Scan the data below. Pull out each line where "IFCSHAPEREPRESENTATION" occurs.

Data shown »
+++++
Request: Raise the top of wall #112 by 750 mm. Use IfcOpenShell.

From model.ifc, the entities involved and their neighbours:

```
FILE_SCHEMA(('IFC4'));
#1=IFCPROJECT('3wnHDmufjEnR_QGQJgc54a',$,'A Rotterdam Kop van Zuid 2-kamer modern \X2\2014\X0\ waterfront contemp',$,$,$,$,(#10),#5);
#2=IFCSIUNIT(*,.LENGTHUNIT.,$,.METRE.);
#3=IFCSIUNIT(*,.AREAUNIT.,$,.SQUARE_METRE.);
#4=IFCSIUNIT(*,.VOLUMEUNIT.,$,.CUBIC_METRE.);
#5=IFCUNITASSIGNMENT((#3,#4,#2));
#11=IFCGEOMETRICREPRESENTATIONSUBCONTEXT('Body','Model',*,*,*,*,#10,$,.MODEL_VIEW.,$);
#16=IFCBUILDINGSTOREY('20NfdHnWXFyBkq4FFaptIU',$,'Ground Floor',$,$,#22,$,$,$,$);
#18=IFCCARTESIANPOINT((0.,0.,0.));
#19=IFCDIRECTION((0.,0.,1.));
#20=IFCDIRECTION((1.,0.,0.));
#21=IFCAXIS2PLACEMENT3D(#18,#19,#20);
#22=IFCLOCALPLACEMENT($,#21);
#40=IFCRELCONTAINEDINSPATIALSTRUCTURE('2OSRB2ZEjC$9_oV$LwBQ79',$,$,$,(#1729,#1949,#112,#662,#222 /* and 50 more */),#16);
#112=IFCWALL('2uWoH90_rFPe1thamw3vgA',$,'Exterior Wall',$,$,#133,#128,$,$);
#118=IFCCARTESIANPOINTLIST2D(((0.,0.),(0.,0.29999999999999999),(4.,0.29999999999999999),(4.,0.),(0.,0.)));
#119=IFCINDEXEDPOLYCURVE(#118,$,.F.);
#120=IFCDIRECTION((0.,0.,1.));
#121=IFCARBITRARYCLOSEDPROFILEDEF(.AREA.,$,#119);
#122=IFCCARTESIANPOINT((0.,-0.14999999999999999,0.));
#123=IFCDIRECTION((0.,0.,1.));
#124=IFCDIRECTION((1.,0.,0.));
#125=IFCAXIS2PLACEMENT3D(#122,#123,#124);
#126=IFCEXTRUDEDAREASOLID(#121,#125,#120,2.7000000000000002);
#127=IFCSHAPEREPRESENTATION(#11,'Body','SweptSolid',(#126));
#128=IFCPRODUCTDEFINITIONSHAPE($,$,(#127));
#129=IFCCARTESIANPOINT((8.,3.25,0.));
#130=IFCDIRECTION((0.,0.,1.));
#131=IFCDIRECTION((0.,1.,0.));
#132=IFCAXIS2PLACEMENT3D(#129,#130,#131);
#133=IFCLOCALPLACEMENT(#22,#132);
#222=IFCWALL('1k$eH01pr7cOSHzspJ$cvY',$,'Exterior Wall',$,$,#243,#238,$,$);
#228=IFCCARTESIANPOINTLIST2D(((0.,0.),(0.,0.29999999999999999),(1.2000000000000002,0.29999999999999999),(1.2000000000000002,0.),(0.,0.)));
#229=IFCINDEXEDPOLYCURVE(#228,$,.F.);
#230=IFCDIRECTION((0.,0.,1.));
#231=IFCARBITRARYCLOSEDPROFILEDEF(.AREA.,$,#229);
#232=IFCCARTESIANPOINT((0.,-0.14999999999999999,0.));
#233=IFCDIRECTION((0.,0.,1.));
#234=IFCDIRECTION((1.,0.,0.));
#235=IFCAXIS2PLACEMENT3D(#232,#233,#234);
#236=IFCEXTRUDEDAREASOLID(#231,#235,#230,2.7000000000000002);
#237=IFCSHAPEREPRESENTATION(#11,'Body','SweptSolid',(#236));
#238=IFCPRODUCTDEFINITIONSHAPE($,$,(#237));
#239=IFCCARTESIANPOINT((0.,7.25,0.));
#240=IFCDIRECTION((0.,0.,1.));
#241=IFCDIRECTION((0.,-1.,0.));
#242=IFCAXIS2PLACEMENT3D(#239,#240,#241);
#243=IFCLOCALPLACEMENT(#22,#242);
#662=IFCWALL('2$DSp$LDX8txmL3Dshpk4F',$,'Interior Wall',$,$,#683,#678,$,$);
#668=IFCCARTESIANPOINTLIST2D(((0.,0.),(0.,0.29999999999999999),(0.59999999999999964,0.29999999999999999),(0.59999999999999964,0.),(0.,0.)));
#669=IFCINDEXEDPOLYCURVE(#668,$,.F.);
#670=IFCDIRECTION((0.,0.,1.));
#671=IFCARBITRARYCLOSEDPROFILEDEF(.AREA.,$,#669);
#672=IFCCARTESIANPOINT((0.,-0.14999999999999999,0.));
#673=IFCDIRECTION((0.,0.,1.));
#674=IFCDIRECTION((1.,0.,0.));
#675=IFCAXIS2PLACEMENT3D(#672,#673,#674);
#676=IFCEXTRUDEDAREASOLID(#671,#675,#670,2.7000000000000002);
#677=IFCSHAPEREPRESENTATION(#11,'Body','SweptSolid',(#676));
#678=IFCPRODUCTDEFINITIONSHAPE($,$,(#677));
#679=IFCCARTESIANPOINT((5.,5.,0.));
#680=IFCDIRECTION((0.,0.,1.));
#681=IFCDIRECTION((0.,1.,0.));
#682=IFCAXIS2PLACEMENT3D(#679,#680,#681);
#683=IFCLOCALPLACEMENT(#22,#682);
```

```python
import ifcopenshell
import ifcopenshell.geom
import ifcopenshell.util.representation
import ifcopenshell.util.shape

model = ifcopenshell.open("model.ifc")
settings = ifcopenshell.geom.settings()


def volume(element):
    """Net volume in cubic metres, openings subtracted."""
    shape = ifcopenshell.geom.create_shape(settings, element)
    return ifcopenshell.util.shape.get_volume(shape.geometry)


wall = model.by_id(112)
before = volume(wall)

body = ifcopenshell.util.representation.get_representation(wall, "Model", "Body")
solid = body.Items[0]
old_height = solid.Depth
solid.Depth += 0.75
after = volume(wall)

print(f"height {old_height:g} -> {solid.Depth:g}, volume {before:.3f} -> {after:.3f} m3")

model.write("model_v2.ifc")
```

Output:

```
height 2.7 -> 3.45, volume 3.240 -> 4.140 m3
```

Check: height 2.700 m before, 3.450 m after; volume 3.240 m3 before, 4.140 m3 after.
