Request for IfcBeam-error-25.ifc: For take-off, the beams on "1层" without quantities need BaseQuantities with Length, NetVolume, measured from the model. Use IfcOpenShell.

First a look at what the model holds.

```python
import ifcopenshell
import ifcopenshell.util.element
import ifcopenshell.util.unit

model = ifcopenshell.open("IfcBeam-error-25.ifc")
print(model.schema)
for unit_type in ("LENGTHUNIT", "AREAUNIT", "VOLUMEUNIT"):
    print(unit_type, ifcopenshell.util.unit.calculate_unit_scale(model, unit_type))
storey = next(s for s in model.by_type("IfcBuildingStorey") if s.Name == "1层")
beams = [e for e in ifcopenshell.util.element.get_decomposition(storey) if e.is_a("IfcBeam")]
for e in sorted(beams, key=lambda e: e.id()):
    print(e.id(), e.is_a(), e.Name, list(ifcopenshell.util.element.get_psets(e, qtos_only=True)), sep=" | ")
```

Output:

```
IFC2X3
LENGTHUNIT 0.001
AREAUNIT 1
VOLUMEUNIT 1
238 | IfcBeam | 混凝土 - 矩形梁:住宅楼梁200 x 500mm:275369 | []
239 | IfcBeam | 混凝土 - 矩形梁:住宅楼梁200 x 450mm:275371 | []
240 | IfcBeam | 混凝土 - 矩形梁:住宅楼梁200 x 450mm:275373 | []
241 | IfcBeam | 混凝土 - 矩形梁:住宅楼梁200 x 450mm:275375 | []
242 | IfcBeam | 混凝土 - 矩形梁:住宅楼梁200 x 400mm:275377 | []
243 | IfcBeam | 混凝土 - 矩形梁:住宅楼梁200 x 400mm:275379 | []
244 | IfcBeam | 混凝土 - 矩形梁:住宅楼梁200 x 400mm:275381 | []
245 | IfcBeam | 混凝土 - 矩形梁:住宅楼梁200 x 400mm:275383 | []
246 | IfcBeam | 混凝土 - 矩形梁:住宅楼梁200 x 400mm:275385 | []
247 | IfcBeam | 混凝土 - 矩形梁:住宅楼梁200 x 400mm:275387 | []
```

```python
import ifcopenshell
import ifcopenshell.api.pset
import ifcopenshell.geom
import ifcopenshell.util.element
import ifcopenshell.util.shape
import ifcopenshell.util.unit

model = ifcopenshell.open("IfcBeam-error-25.ifc")
unit_scale = ifcopenshell.util.unit.calculate_unit_scale(model)
volume_scale = ifcopenshell.util.unit.calculate_unit_scale(model, "VOLUMEUNIT")
settings = ifcopenshell.geom.settings()

storey = next(s for s in model.by_type("IfcBuildingStorey") if s.Name == "1层")
beams = [e for e in ifcopenshell.util.element.get_decomposition(storey) if e.is_a("IfcBeam")]

for e in sorted(beams, key=lambda e: e.id()):
    if ifcopenshell.util.element.get_psets(e, qtos_only=True, should_inherit=False):
        continue
    # Geometry comes back in metres, in the element's own axes.
    shape = ifcopenshell.geom.create_shape(settings, e)
    values = {
        "Length": ifcopenshell.util.shape.get_max_xyz(shape.geometry) / unit_scale,
        "NetVolume": ifcopenshell.util.shape.get_volume(shape.geometry) / volume_scale,
    }
    qto = ifcopenshell.api.pset.add_qto(model, product=e, name="BaseQuantities")
    ifcopenshell.api.pset.edit_qto(model, qto=qto, properties=values)
    print(e.id(), {k: round(v, 3) for k, v in values.items()})

model.write("IfcBeam-error-25_edited.ifc")
```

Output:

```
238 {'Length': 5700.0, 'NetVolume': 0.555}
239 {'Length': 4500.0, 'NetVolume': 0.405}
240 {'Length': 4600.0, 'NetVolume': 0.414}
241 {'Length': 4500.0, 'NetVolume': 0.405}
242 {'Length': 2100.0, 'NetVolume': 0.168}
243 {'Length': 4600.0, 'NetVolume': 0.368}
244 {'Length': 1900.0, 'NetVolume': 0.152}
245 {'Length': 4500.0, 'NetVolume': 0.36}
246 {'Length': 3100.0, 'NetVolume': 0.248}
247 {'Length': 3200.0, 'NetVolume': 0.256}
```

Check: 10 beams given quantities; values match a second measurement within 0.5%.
+++++
Output for this exercise »
#127=IFCSHAPEREPRESENTATION(#11,'Body','SweptSolid',(#126));
#237=IFCSHAPEREPRESENTATION(#11,'Body','SweptSolid',(#236));
#677=IFCSHAPEREPRESENTATION(#11,'Body','SweptSolid',(#676));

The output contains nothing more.